Easy pre-populate machine name in the form

[Nuffnorm]

We'd like to give some of our users easy URL shortcuts to look up their admin passwords. So it would be good to be able to send it something like: https://access.url.com/Computer/AccessRequest/?ComputerName=my-desktop

I'm not an HTML expert but I think the source has " value="" " in the attributes for the field which may stop this from working (and then I'm not sure of the URL syntax anyway!)

Hope this is an easy one!

[jemmiegod]

Hi @Nuffnorm

This is a potentially dangerous option to have. If you're using this for JIT access, it could reduce the effectiveness of AMS. I can see a scenario where admins would script this with all their servers and they'd run it each morning so they don't have to go to the website to request access each time, effectively adding permanent admins back to your servers, completely nullifying the whole reason for implementing JIT.

I'll let Ryan comment on this though. I'd however suggest you not permit this behaviour even if the feature existed. There's a trade off between security and convenience.

[ryannewington]

Jaysn is right, it could inadvertently open up 'misuse' scenarios, however rate limits could prevent this from being a problem.

I'll have a think about how to implement it. I might be able to do it in a way that allows this feature to be turned 'on' where the organization has assessed the risk profile itself.

[Nuffnorm]

Hi Ryan and Jaysn,

I can see that you’re 100% right about the negative usage scenarios – and this is a poor idea!

Any thoughts on our use-case? Any better way of doing it? Our use case is: We have a set of users who need occasional admin access on their PCs. We wish them to work normally with lower priv.d users (their basic accounts). If they need to look up their admin password, Lithnet/AMS will show it to them, but also automatically changes that password x minutes later. These users will forget their machine names though, and/or type it wrongly so we hoped to give them something to pre-populate it. Any ideas?

Is it possible to associate a user with one or more PCs (which they own) and the admin passwords for all x are shown? (That doesn’t feel tremendously secure either, of course!).

Thanks for your thoughts!

From: Ryan Newington @.> Sent: 02 July 2021 22:15 To: lithnet/access-manager @.> Cc: Mark D. P. Norman @.>; Mention @.> Subject: Re: [lithnet/access-manager] Easy pre-populate machine name in the form (#108)
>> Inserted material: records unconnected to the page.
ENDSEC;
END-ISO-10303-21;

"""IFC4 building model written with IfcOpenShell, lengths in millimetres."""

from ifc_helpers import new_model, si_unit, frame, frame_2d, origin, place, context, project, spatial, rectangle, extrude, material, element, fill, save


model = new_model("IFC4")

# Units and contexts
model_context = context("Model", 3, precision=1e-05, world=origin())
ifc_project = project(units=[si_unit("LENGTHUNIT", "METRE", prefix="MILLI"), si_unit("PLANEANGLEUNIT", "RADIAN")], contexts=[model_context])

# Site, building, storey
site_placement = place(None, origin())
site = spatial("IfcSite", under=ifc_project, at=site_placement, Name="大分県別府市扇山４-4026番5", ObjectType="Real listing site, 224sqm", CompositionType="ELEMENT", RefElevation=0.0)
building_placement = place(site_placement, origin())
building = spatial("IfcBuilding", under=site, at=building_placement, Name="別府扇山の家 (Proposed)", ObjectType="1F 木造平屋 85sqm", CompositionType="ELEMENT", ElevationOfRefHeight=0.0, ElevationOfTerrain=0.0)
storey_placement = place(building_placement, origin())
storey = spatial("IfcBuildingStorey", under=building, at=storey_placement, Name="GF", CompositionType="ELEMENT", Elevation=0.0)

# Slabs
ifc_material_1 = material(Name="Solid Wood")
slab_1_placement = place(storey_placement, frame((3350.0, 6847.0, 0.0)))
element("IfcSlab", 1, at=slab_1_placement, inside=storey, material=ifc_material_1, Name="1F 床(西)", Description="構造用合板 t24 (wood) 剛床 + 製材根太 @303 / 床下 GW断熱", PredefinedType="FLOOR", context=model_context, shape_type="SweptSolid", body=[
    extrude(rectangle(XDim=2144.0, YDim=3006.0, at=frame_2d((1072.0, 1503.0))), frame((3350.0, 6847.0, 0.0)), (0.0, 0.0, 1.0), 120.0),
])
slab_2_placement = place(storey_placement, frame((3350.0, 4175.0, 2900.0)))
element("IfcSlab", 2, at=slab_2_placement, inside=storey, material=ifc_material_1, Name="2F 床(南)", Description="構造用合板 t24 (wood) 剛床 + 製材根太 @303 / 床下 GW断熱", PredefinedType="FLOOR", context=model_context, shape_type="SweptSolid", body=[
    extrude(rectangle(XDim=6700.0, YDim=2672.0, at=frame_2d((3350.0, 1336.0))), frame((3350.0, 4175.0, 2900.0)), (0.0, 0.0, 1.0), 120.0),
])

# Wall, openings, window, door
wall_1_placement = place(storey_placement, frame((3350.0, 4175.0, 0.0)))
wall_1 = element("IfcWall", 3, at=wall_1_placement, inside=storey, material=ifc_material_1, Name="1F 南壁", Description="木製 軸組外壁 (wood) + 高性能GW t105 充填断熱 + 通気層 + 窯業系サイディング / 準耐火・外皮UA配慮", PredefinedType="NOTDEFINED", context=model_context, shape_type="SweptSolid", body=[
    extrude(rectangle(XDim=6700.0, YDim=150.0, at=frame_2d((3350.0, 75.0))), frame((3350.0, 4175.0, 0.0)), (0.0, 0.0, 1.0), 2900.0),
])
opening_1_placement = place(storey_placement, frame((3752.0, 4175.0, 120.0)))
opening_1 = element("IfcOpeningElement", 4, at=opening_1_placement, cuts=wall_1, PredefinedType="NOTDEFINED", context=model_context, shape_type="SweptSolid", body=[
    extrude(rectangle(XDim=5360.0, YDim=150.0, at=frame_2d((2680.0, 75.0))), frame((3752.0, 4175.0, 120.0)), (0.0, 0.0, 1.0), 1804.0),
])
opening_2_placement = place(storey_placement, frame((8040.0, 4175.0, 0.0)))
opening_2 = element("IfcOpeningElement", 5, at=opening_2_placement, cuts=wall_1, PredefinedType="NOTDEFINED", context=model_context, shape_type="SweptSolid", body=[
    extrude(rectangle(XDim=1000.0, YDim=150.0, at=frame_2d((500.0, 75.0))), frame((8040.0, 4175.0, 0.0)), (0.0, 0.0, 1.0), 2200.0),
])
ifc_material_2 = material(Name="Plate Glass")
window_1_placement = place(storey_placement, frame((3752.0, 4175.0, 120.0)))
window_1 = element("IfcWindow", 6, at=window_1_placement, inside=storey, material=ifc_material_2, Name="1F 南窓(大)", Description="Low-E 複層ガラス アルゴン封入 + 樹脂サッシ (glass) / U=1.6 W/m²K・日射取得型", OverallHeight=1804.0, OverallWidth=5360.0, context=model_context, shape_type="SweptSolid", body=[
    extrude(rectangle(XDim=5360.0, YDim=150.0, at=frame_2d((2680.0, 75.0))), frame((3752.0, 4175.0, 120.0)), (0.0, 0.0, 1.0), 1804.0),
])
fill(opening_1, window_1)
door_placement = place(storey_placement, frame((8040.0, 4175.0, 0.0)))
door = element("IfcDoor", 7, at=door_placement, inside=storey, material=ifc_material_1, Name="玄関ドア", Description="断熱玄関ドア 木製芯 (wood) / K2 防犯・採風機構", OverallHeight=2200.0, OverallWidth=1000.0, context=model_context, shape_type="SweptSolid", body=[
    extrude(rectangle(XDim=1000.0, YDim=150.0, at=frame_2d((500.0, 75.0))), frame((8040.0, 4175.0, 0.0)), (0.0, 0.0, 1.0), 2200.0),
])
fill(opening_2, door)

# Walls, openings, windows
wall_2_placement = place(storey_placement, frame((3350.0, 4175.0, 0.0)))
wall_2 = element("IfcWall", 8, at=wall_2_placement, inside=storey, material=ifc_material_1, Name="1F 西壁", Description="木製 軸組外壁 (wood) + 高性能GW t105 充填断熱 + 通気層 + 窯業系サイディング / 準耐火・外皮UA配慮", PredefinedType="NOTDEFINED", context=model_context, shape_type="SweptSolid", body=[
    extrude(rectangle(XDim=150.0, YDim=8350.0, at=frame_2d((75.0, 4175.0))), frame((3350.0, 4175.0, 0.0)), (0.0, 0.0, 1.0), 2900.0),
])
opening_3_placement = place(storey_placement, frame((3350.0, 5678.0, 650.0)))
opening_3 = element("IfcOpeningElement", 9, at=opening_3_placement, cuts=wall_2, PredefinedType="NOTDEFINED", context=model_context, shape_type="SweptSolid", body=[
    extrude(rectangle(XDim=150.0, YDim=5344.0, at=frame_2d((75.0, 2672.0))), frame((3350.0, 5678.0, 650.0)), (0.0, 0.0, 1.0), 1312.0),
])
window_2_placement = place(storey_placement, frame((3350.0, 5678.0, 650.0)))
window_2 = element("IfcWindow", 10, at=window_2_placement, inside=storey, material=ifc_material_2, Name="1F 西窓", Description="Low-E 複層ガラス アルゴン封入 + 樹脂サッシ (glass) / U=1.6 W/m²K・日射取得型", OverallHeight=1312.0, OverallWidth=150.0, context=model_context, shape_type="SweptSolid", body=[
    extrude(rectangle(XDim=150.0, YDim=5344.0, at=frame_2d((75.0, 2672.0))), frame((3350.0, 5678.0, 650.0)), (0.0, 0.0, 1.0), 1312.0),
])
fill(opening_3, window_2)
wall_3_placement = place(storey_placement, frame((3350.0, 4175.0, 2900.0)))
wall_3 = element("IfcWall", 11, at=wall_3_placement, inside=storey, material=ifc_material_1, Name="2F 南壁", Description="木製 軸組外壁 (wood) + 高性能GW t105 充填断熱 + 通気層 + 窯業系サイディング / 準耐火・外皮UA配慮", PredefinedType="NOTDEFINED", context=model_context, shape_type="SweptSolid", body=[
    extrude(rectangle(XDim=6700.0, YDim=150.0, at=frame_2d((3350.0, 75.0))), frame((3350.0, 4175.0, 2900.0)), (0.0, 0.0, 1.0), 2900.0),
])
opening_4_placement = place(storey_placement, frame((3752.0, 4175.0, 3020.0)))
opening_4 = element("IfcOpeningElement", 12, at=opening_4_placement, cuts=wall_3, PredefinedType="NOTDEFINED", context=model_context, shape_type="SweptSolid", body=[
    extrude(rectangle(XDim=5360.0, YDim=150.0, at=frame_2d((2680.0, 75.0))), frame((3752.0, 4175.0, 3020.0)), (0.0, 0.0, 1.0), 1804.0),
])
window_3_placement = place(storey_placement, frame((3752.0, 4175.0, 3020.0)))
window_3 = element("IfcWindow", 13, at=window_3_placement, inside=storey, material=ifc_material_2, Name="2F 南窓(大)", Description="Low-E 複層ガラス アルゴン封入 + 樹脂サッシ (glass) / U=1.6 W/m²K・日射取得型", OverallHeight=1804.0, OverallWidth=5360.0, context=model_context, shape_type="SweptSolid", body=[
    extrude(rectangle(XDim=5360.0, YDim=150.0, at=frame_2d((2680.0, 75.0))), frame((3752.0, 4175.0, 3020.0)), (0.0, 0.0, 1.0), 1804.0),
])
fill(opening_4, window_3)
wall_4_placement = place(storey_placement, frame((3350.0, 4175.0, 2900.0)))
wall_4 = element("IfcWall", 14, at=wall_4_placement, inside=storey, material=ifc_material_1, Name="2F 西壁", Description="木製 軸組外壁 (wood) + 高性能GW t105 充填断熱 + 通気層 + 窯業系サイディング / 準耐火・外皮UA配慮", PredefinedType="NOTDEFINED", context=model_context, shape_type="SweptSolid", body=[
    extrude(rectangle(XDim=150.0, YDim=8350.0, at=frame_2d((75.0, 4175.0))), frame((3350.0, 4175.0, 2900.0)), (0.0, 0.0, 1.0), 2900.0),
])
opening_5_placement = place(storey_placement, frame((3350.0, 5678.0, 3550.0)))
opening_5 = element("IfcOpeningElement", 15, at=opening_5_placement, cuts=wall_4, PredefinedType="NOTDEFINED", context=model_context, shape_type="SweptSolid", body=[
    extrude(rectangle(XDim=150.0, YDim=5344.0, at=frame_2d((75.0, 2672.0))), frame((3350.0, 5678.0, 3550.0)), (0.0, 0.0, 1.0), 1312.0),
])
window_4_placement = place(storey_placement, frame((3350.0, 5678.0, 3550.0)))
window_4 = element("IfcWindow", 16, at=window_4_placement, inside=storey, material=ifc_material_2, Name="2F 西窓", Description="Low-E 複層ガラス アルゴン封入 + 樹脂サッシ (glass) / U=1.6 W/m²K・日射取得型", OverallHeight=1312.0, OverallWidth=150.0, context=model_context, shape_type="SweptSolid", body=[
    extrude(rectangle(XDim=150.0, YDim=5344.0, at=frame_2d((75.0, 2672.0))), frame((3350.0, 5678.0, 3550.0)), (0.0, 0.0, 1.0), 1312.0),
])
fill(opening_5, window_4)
Jaysn is right, it could inadvertently open up 'misuse' scenarios, however rate limits could prevent this from being a problem.

I'll have a think about how to implement it. I might be able to do it in a way that allows this feature to be turned 'on' where the organization has assessed the risk profile itself.

— You are receiving this because you were mentioned. Reply to this email directly, view it on GitHubhttps://github.com/lithnet/access-manager/issues/108#issuecomment-873259586, or unsubscribehttps://github.com/notifications/unsubscribe-auth/AUWQDU6Z6HQZ7LU7JWHV4FTTVYT3ZANCNFSM47WT32HQ.

[ryannewington]

I think we can do this, it's just a matter of making sure the rate limit settings are appropriate, so that people don't take advantage of it in unintended ways.

At the end of the day, AMS is about protecting organizations from bad guys - not from yourselves. So this is something you'd deal with and assess the risk of internally.

It would be nice for the product to have a 'my computers' page where they could have shortcuts to the computers per-identified as theirs. Or maybe the ability for people to just mark computers as 'favorites' and show them on a dashboard/landing page

[perfectly-preserved-pie]

These users will forget their machine names though

We had the same problem here and I initially thought of your solution. Pre-filled computer names or BGInfo. However (thankfully) management was like "oh, you want admin rights? You need them to do your work? You don't want to stress out over the weekend because this is preventing you from getting admin rights to install a needed software? Then remember your damn computer name when helpdesk provides it the first time."

Paraphrasing of course, but cmon users. Write the computer name down or just look through your emails... favorite it... pin it... it's not too much to ask.

just my 2 cents. This is one of those cases where I think policy would solve this issue rather neatly instead of a new technical solution.